Ms. Georgopoulos is a registered nurse with over twenty years experience in healthcare and pharmaceutical drug development.  Recently, she was the Vice President of Clinical, Regulatory, and Quality Assurance at BioRexis Pharmaceutical Corporation, where she managed the development and implementation of clinical and regulatory strategies for the company’s biopharmaceutical drug product candidates.  She directed the continuing review of corporate compliance to affect improvements, reduce cost, enhance efficiency and improve quality and compliance with GCPs, GLPs, and cGMPs for the company’s Phase 1 manufacturing facility, and played a key role in facilitating the merger and acquisition of BioRexis by Pfizer in 2007. 

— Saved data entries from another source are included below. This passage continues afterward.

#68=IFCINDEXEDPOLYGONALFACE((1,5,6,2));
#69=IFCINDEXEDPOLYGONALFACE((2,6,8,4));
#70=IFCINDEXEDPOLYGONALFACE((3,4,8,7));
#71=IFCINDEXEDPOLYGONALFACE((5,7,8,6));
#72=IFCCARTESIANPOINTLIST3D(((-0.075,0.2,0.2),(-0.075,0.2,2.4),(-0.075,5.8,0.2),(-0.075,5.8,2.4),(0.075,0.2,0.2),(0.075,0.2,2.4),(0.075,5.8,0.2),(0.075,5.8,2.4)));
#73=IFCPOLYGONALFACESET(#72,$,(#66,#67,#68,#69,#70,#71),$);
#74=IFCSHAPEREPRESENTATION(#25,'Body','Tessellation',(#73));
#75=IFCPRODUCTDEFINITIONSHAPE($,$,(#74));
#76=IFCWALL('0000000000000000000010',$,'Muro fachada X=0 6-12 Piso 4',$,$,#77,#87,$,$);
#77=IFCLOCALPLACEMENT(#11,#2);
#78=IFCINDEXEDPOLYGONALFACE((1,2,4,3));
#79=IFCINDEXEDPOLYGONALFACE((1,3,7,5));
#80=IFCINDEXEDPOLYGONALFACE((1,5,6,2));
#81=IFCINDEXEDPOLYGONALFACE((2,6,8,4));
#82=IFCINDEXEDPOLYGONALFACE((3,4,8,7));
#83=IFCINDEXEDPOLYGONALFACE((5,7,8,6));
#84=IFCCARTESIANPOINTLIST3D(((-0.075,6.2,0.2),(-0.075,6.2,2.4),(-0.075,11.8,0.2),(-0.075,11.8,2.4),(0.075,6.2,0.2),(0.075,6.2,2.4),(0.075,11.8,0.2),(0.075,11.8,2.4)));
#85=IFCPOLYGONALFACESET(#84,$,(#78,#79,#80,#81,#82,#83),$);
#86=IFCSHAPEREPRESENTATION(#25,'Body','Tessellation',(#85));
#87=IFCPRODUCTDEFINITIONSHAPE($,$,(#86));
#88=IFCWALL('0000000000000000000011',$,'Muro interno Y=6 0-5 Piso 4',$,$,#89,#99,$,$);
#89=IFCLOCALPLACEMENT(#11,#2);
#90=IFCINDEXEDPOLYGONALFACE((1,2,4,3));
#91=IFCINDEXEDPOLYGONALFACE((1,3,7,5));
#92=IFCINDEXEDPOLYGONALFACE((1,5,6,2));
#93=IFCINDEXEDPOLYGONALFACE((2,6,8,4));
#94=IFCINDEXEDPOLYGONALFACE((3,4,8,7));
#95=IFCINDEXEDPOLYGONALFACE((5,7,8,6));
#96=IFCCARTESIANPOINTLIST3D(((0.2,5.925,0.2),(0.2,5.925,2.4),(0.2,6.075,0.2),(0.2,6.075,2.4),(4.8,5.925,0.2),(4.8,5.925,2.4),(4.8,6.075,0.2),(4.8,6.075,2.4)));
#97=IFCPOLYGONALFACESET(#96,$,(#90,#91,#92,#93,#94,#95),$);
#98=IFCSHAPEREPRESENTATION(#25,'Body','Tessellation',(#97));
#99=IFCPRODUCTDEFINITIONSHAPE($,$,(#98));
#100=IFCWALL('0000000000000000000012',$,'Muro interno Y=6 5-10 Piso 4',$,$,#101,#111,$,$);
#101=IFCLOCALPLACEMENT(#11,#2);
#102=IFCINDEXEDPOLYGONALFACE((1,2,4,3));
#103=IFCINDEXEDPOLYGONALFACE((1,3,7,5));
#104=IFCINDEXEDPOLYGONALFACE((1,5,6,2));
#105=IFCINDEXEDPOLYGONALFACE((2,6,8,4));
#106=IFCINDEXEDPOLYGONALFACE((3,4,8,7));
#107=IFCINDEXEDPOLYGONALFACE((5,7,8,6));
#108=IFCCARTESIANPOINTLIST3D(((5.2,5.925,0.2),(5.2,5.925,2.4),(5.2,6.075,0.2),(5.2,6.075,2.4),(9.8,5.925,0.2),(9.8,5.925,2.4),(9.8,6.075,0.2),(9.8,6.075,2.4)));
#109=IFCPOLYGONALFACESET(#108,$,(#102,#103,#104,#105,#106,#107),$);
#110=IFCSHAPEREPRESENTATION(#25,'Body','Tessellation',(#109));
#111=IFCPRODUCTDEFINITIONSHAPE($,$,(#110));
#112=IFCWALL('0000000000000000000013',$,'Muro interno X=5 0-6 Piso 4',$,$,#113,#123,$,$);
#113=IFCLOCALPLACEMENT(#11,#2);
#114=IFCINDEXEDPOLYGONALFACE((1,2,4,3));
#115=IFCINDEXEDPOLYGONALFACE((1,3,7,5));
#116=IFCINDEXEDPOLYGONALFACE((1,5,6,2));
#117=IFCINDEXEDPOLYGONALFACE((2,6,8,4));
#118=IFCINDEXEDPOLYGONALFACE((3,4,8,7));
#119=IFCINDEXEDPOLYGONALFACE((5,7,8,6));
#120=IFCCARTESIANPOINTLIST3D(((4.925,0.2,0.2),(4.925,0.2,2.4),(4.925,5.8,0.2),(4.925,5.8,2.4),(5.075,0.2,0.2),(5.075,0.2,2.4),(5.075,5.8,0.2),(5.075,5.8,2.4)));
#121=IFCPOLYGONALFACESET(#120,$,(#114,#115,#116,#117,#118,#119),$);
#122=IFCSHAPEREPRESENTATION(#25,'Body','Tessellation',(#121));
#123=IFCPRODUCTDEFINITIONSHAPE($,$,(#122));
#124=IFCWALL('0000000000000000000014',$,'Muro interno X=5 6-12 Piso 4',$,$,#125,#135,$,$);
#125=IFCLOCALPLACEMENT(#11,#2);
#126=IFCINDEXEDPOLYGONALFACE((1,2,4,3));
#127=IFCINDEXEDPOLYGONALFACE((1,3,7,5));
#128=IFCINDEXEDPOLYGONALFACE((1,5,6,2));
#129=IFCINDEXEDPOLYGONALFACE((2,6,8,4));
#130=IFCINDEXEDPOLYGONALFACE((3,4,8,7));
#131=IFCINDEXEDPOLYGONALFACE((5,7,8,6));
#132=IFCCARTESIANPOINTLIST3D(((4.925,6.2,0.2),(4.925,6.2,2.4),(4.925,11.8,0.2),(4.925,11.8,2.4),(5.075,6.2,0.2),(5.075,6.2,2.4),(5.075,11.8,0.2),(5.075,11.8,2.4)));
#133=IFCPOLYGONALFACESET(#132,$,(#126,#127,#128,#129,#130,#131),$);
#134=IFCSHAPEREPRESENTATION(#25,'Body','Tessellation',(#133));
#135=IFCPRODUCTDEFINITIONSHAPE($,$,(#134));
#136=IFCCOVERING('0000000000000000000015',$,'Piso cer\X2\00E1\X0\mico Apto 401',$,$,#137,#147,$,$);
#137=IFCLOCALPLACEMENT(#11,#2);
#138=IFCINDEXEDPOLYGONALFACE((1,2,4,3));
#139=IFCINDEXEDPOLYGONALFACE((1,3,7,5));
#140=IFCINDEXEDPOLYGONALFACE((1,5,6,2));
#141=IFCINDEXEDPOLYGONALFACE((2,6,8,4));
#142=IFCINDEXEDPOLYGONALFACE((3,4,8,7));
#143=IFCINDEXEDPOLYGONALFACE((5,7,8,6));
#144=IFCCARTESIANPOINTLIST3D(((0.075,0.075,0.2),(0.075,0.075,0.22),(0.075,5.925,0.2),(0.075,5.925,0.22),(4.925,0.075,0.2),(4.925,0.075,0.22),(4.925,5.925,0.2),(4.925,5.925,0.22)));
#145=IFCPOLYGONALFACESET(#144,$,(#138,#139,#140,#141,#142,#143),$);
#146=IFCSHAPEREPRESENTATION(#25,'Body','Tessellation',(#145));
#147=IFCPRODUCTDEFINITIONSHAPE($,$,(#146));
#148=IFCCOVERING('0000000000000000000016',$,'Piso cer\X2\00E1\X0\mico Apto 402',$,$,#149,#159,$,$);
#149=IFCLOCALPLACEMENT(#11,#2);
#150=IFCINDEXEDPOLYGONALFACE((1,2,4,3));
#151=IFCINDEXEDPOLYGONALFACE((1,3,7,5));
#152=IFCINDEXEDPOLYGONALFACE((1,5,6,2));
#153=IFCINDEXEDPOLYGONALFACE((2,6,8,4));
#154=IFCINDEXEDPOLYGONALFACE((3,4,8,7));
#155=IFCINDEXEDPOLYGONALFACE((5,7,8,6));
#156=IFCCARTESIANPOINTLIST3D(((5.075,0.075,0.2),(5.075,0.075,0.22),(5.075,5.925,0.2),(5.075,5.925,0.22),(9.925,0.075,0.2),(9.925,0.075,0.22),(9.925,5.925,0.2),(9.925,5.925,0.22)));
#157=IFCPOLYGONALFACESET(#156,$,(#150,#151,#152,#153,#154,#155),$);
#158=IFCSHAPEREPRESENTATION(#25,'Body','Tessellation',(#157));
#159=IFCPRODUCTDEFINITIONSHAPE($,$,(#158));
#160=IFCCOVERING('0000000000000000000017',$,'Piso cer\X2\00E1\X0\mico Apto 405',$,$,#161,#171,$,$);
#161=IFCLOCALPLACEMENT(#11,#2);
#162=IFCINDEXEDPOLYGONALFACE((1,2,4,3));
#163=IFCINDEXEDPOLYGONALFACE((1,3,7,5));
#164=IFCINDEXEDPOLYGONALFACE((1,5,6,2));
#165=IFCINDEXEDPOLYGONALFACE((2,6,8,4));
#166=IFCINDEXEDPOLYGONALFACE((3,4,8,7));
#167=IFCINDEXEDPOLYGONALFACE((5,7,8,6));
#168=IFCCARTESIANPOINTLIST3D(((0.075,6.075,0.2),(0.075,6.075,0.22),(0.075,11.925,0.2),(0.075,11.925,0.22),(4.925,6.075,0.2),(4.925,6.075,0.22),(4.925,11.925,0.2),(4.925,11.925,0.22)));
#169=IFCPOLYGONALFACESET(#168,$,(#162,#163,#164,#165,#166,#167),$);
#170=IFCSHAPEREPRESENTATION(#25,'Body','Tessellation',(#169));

Previous to that, she was Vice President of Clinical and Regulatory Operations at Summit Drug Development Services, LLC, a small CRO providing product development services to the pharmaceutical and biotechnology industry.  Before that, Ms. Georgopoulos was at  ViroPharma Incorporated where over an approximate 7 year period built a focused yet flexible clinical development organization covering Clinical Operations, Clinical Drug Packaging, Regulatory Operations and Archive, and Drug Safety that maintained a high level of compliance while meeting ViroPharma’s changing corporate objectives.  This resulted in her appointment as Director of Clinical and Regulatory Operations and ultimately led to a position as Director of Regulatory Affairs.  Previously, she also held positions of increasing responsibility in clinical research for Sanofi Pharmaceuticals and Centocor.  Earlier in her career, Lynne was a Study Coordinator at the Philadelphia Veterans Administration Medical Center and held positions as an ICU and staff nurse in the areas of cardiology, neurology and oncology.  Lynne received her Bachelor of Science degree from Russell Sage College, New York and is Regulatory Affairs certified by the Regulatory Affairs Professionals Society.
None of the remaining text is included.